Sleep Positions and Habits

By: Dr. Seth Hosmer, DC


As a chiropractic physician, I’m often asked by patients about the healthiest, and unhealthiest, sleep positions. Many people are curious to know how various sleep positions might affect the immediate and long-term health and function of their spine and the role of sleep position in causing or alleviating their aches and pains. If you commonly wake up feeling stiff and sore, your sleep position—or other sleep-related factors—may be contributing to your health complaints. Neck pain, low back pain, headaches, and muscle and joint problems may all be caused or worsened by an inappropriate sleep position. Though sleep position can be a difficult habit to change, most people can, over time, make the necessary changes to adopt favorable and healthful sleep positions.

Sleep Positions

The four principle sleep positions are back, side, fetal, and stomach. Though numerous variations on these four positions exist, and though you may change positions several times throughout the night, most people prefer one of these general positions.

1. Back: According to natural health expert Joseph Mercola, an osteopathic physician, sleeping on your back may be one of the most beneficial sleep positions, as it keeps your head, neck, and spine aligned, minimizes your acid reflux symptoms, and may prevent facial wrinkles. A greater likelihood of snoring may be one of the few drawbacks of sleeping on your back. For optimal structural health benefits, consider avoiding the use of a pillow when sleeping on your back. Some people may require a fluffy, yet thin pillow to support their head during sleep.
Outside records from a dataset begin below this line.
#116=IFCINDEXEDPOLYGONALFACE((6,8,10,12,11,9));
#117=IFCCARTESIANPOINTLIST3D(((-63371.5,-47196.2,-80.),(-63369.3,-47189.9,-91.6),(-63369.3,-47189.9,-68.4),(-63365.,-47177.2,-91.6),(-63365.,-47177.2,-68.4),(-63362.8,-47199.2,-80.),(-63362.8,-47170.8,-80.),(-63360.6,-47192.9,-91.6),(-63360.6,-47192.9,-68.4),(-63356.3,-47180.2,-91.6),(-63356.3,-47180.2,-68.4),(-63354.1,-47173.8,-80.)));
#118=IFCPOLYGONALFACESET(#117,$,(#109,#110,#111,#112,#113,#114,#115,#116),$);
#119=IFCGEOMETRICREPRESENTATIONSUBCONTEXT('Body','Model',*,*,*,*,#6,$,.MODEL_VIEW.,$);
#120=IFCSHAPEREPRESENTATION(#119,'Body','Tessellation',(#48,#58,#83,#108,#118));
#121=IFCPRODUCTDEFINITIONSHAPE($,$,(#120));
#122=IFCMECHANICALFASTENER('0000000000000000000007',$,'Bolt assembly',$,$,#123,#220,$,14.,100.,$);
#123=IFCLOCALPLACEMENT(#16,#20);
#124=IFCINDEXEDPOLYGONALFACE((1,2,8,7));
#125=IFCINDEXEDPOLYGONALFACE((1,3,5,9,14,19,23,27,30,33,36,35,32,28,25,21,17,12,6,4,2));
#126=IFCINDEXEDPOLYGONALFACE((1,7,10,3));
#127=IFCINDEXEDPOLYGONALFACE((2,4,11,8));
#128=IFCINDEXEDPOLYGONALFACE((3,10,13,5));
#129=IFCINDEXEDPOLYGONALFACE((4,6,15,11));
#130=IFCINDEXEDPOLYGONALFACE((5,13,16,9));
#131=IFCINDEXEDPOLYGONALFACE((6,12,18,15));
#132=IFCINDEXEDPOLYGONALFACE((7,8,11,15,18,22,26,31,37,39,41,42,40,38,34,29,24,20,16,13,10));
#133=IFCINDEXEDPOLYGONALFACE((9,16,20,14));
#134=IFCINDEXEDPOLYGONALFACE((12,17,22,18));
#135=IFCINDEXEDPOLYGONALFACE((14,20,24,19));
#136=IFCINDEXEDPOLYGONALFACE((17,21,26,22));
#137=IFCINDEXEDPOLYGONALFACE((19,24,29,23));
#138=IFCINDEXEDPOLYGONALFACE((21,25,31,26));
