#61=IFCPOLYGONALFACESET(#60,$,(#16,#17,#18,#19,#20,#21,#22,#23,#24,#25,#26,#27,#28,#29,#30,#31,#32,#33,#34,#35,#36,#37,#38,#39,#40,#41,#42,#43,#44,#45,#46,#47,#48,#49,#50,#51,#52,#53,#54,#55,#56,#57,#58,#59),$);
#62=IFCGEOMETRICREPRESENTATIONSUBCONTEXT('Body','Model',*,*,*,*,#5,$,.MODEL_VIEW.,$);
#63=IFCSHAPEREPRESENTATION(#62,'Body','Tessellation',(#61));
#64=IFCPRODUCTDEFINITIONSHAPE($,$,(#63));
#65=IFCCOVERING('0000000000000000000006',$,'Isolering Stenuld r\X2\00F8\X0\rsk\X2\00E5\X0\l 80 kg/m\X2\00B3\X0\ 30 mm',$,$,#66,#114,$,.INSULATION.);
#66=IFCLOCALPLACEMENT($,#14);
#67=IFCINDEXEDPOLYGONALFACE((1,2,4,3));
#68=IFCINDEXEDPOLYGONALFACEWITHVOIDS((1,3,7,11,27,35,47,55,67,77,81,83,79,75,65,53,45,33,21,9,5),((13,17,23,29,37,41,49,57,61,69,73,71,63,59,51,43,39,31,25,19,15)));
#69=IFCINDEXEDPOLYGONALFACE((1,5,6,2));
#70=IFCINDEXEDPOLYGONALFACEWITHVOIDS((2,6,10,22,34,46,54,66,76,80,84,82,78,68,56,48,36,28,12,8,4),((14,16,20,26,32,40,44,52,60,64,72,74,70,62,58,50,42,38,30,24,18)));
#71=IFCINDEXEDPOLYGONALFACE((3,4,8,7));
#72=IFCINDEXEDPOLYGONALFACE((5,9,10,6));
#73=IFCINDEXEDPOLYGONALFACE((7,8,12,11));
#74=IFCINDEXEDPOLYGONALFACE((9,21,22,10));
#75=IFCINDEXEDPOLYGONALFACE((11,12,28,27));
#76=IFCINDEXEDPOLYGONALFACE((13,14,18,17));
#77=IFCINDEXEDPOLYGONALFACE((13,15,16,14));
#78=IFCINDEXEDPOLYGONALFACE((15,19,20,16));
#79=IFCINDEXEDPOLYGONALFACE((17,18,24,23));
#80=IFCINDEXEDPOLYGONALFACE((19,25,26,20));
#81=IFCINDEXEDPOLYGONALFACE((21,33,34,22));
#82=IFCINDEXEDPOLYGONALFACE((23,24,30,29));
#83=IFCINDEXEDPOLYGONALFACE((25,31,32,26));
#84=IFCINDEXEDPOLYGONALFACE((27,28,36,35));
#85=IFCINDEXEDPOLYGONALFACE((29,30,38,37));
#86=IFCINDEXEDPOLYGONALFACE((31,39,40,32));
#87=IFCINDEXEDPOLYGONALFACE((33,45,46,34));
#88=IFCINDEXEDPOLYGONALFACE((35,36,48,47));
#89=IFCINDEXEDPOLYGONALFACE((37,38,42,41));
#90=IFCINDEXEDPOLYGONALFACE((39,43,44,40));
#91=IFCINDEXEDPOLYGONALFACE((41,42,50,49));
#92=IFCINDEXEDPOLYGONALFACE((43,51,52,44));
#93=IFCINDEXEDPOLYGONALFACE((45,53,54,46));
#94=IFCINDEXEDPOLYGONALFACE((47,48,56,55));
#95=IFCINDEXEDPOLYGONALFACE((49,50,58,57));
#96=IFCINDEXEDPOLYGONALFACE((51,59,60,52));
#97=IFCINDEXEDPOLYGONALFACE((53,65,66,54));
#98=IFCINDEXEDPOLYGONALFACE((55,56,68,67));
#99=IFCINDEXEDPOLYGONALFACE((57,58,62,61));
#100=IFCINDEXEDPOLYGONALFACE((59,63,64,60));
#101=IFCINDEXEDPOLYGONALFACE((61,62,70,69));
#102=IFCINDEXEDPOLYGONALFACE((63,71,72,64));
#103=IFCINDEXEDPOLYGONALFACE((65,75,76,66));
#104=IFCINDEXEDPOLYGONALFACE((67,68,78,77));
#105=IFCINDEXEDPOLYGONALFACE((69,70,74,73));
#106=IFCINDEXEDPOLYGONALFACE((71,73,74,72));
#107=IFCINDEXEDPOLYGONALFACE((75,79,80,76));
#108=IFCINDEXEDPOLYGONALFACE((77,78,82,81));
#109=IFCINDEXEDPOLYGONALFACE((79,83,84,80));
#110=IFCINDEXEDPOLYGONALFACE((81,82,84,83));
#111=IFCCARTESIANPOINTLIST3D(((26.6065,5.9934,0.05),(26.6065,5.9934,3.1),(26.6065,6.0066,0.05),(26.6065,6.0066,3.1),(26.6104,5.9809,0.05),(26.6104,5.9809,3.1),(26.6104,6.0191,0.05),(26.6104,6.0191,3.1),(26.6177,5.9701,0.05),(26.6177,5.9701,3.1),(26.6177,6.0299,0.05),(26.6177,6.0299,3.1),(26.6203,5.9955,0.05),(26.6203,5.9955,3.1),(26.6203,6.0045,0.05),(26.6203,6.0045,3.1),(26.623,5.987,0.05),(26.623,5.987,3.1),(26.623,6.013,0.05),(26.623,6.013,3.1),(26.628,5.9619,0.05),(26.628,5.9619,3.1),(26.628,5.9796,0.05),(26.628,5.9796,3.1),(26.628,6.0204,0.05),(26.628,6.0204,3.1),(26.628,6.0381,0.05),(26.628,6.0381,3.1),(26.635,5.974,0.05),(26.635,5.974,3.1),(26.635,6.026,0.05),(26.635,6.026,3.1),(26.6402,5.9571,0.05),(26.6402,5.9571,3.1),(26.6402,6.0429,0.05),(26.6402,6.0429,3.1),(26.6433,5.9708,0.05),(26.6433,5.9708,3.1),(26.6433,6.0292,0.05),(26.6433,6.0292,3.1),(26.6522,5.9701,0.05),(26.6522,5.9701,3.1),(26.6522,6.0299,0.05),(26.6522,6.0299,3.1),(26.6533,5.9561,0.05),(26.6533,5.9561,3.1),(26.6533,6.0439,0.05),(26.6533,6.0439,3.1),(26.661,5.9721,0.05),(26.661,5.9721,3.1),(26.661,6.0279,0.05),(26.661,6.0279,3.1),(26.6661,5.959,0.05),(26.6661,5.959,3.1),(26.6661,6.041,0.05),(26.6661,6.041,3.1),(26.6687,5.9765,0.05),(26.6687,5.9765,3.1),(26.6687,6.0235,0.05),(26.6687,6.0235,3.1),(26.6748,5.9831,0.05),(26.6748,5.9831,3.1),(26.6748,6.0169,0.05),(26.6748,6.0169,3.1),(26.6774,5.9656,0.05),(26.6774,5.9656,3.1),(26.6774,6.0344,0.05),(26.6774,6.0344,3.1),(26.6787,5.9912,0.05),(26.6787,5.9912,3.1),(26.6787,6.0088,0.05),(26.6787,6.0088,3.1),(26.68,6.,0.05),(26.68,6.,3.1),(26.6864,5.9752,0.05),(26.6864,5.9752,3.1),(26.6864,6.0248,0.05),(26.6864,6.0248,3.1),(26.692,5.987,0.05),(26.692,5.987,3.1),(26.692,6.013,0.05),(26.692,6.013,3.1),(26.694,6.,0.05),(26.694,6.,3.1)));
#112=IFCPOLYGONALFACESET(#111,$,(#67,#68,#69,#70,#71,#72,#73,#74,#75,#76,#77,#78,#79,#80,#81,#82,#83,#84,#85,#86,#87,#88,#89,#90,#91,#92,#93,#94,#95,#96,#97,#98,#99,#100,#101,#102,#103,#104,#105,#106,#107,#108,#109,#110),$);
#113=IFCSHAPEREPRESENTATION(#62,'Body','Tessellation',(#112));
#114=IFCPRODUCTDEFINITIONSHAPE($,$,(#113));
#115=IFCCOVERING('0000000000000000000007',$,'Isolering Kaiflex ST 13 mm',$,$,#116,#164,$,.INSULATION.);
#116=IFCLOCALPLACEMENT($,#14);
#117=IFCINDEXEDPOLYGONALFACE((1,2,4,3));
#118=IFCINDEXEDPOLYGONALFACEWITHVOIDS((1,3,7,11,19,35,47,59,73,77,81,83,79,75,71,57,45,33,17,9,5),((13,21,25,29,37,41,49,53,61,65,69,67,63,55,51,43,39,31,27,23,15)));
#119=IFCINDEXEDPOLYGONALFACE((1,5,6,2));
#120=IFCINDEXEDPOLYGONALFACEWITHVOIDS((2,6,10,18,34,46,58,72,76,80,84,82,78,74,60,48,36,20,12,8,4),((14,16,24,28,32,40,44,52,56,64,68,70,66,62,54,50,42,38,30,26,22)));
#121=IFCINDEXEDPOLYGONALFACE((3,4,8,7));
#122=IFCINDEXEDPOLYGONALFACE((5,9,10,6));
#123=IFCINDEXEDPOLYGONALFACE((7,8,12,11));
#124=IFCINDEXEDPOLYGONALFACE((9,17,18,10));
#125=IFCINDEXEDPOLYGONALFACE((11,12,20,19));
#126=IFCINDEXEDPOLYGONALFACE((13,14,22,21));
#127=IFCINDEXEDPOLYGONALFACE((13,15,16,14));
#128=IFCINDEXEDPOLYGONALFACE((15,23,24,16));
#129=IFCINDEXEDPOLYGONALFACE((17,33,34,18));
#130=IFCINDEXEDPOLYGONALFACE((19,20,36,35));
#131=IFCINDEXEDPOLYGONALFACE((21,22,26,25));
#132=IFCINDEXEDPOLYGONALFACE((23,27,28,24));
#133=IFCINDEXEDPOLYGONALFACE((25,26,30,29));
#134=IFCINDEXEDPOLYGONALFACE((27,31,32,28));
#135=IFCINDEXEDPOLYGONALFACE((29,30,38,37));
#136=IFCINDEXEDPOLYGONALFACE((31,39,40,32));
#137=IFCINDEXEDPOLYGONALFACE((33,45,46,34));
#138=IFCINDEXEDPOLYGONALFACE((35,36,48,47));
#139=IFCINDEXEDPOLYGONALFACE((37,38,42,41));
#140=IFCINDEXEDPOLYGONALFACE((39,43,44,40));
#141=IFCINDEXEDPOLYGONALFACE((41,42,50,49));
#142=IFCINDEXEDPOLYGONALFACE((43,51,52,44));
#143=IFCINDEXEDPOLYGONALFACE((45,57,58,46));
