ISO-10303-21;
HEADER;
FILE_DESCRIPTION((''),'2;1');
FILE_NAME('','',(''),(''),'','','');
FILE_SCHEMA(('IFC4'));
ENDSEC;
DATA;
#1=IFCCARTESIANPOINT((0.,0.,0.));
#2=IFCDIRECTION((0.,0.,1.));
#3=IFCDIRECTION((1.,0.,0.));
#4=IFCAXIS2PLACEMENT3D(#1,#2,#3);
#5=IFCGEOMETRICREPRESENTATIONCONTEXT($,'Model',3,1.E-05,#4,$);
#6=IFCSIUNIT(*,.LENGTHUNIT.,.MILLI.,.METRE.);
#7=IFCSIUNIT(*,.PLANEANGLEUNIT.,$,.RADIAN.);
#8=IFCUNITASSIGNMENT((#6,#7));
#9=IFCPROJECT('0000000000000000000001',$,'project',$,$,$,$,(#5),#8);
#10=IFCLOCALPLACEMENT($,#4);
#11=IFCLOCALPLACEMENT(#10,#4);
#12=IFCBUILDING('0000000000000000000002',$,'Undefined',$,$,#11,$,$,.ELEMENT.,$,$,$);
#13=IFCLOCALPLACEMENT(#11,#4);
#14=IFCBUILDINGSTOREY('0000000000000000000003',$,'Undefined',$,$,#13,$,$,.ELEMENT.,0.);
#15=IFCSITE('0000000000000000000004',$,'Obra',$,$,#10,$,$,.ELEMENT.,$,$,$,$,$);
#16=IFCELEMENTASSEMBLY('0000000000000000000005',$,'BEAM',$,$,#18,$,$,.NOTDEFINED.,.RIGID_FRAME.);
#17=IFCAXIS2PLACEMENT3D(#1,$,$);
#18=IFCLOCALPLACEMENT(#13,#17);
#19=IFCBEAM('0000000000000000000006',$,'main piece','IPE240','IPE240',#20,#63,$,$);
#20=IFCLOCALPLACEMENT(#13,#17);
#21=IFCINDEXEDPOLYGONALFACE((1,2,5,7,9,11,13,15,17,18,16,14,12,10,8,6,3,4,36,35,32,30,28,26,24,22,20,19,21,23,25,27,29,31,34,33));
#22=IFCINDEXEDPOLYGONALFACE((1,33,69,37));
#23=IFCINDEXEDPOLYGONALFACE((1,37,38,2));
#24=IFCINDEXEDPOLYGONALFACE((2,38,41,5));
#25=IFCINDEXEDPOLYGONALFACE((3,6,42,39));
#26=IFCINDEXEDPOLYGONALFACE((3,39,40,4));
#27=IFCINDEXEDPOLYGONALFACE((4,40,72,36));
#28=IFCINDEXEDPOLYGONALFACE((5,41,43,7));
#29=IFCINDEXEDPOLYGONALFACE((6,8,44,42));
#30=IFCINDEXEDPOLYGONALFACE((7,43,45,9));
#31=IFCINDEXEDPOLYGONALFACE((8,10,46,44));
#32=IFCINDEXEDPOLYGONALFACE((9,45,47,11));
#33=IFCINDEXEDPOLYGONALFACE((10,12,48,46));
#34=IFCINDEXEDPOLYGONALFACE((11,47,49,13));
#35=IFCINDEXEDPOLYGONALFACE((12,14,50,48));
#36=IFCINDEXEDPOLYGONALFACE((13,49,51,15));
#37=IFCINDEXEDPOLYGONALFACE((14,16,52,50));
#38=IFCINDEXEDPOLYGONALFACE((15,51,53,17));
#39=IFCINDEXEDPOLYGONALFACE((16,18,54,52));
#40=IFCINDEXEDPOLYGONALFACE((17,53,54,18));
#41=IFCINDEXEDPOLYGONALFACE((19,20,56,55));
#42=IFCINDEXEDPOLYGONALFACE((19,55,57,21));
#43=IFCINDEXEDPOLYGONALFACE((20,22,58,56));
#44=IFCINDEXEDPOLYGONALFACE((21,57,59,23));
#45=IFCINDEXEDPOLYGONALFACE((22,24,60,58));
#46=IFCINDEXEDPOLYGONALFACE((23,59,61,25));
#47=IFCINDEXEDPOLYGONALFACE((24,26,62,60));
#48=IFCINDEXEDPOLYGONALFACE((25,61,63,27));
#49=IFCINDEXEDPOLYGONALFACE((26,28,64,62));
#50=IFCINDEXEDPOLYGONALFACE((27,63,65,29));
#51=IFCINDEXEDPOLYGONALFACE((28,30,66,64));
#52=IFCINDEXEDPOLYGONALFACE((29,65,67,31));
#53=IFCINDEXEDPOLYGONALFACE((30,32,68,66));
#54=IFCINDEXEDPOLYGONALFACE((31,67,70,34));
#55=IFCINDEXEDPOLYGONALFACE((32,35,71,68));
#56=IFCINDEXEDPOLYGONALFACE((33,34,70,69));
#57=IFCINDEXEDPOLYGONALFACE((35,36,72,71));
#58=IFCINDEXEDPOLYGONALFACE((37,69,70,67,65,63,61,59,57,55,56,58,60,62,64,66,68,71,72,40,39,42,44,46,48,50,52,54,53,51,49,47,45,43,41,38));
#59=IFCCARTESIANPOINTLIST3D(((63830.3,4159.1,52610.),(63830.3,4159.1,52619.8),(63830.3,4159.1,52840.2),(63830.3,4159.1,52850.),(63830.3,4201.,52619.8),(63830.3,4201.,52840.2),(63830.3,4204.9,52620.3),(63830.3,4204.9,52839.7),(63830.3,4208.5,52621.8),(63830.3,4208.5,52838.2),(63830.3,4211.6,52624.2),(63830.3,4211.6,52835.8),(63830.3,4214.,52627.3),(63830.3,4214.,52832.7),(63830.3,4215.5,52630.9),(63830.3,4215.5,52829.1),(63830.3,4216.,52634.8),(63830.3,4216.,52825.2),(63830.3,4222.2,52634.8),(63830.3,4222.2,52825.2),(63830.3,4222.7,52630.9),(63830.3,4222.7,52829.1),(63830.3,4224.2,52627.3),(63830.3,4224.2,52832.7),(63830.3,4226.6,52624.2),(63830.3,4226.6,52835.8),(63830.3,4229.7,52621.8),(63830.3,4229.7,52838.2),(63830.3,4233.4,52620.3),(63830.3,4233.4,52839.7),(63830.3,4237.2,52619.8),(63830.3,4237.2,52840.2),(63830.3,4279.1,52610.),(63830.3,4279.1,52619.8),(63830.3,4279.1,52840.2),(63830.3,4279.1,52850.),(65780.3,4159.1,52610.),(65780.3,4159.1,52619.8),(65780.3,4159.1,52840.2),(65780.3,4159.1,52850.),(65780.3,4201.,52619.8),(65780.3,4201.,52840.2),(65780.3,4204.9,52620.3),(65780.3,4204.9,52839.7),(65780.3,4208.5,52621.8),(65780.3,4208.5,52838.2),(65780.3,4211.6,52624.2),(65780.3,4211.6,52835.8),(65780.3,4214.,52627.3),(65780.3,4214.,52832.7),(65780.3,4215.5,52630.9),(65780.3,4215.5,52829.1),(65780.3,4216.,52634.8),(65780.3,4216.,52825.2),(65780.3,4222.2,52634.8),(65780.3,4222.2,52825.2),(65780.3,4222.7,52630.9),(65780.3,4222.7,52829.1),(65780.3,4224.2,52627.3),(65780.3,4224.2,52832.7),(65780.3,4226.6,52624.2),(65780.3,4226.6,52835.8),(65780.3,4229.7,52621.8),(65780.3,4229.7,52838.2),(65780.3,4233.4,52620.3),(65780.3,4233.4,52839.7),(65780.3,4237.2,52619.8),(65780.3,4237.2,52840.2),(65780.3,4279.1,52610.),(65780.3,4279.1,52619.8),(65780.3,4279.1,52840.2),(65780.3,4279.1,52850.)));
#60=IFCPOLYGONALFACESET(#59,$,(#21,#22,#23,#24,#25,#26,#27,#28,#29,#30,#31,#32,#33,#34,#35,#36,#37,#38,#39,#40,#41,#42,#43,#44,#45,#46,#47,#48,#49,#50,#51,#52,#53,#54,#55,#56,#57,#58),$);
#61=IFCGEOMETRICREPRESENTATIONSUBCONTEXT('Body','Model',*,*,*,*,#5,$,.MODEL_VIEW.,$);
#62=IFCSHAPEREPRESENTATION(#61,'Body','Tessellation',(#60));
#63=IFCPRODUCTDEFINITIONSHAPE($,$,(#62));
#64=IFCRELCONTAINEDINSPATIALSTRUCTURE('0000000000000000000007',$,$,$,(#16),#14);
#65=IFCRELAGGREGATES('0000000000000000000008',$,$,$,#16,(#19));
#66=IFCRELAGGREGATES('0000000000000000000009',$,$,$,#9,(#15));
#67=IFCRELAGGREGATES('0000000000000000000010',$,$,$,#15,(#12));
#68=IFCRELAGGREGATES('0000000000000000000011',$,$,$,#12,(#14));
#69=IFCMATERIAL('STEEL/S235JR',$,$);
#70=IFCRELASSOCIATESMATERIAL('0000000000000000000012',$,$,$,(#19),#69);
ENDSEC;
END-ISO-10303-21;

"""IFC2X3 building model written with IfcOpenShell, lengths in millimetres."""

from ifc_helpers import new_model, si_unit, frame, origin_with_axes, origin_2d_with_axis, place, context, subcontext, project, spatial, i_section, extrude, material, element, aggregate, save


model = new_model("IFC2X3")

# Units and contexts
model_context = context("Model", 3, precision=1e-05, world=origin_with_axes())
body_context = subcontext(model_context, "Body", "Model", "MODEL_VIEW")
ifc_project = project(units=[si_unit("LENGTHUNIT", "METRE", prefix="MILLI"), si_unit("PLANEANGLEUNIT", "RADIAN")], contexts=[model_context])

# Site, building, storey
site_placement = place(None, origin_with_axes())
site = spatial("IfcSite", under=ifc_project, at=site_placement, Name="Obra", CompositionType="ELEMENT")
building_placement = place(site_placement, origin_with_axes())
building = spatial("IfcBuilding", under=site, at=building_placement, Name="Undefined", CompositionType="ELEMENT")
storey_placement = place(building_placement, origin_with_axes())
storey = spatial("IfcBuildingStorey", under=building, at=storey_placement, Name="Undefined", CompositionType="ELEMENT", Elevation=0.0)

# Shared definitions
ifc_material_1 = material(Name="STEEL/S235JR")

# Element assembly, beam
assembly_1_placement = place(storey_placement, origin_with_axes())
assembly_1 = element("IfcElementAssembly", 1, at=assembly_1_placement, inside=storey, Name="BEAM", AssemblyPlace="NOTDEFINED", PredefinedType="RIGID_FRAME")
beam_1_placement = place(assembly_1_placement, frame((63830.3, 4219.1, 52730.0), z_axis=(0.0, 0.0, 1.0), x_axis=(1.0, 0.0, 0.0)))
beam_1 = element("IfcBeam", 2, at=beam_1_placement, material=ifc_material_1, Name="main piece", Description="IPE240", ObjectType="IPE240", context=body_context, shape_type="SweptSolid", body=[
    extrude(i_section(OverallWidth=120.0, OverallDepth=240.0, WebThickness=6.2, FlangeThickness=9.8, FilletRadius=15.0, at=origin_2d_with_axis()), frame((1950.0, 0.0, 0.0), z_axis=(-1.0, 0.0, 0.0), x_axis=(0.0, -1.0, 0.0)), (0.0, 0.0, 1.0), 1950.0),
])
aggregate(assembly_1, [beam_1])

save(model, "model.ifc")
2. Side: Side sleeping may be helpful in preventing spine-related pain and minimizing the symptoms of acid reflux. Sleeping on your side may also help prevent snoring. Side sleeping helps keep your spine in a relatively neutral position, which may help reduce or prevent back and neck pain or discomfort. Nerve compression and muscle tightness in your shoulders and neck are two possible musculoskeletal problems associated with side sleeping. Side sleeping, especially sleeping on your left side, is the recommended sleeping position for pregnant women. Consider placing a pillow between your knees if you prefer a side sleeping position. This pillow can help reduce your low back pain as well as the strain on your sacroiliac ligaments and is particularly beneficial for pregnant women.

3. Fetal: Sleeping in fetal position is considered a less optimal sleep position, due to the prolonged periods in which your body and spine are tightly curled. Fetal position is disadvantageous for preventing neck and back pain, although it may be a helpful sleep posture in reducing your snoring. It is also an acceptable sleep position for pregnant women.

4. Stomach: Sleeping on your stomach is generally considered the worst possible sleep position, due to the way it alters the natural curve of your lumbar, or lower, spine. This sleep posture may also negatively affect your neck, place unnecessary stress on certain joints and muscles, and contribute to numbness, tingling, and pain in your extremities. Significantly reduced snoring is one of the few health advantages associated with sleeping on your stomach.

Bed Choice

Your bed is an important consideration for achieving optimal sleep quality and reducing your likelihood of sleep-related musculoskeletal problems. In most cases, mattresses that are supportive, yet comfortable may be most helpful in treating or preventing various back conditions, although personal preference is one of the most important considerations when selecting a mattress. Most people may benefit from a mattress that is firm enough to optimally distribute their weight and that supports the normal curves of their back. Consider devoting at least 15 to 20 minutes to each mattress you are interested in when mattress shopping.

Pillow Choice

The type of pillow you use can have profound effects on your sleep comfort and quality. Pillows that allow you to maintain a neutral neck position—and that provide you with enough cervical support to keep your face parallel to the ceiling—are optimal. If you prefer side sleeping, consider using a pillow that is thick enough to fill the entire gap between your neck and your mattress, as this will keep your head and neck in a neutral position and reduce the strain on your neck ligaments, muscles, and other connective tissues. Some pillows may be useful for both back and side sleepers, as they have a built-in depression, or notch, in the middle of the pillow for back sleepers and elevated side panels for side sleepers.

Sleep Hygiene

Poor sleep hygiene, or sleep habits, are common among Americans and can significantly affect your sleep quality. Helpful ways to improve your sleep hygiene, reports the University of Maryland Medical Center, include avoiding daytime naps, setting a regular bedtime and wake-up time, avoiding consumption of alcohol and caffeine 4 to 6 hours before you go to bed, establishing a pre-bedtime ritual, blocking out all loud noises from your bedroom, and setting a comfortable bedroom temperature.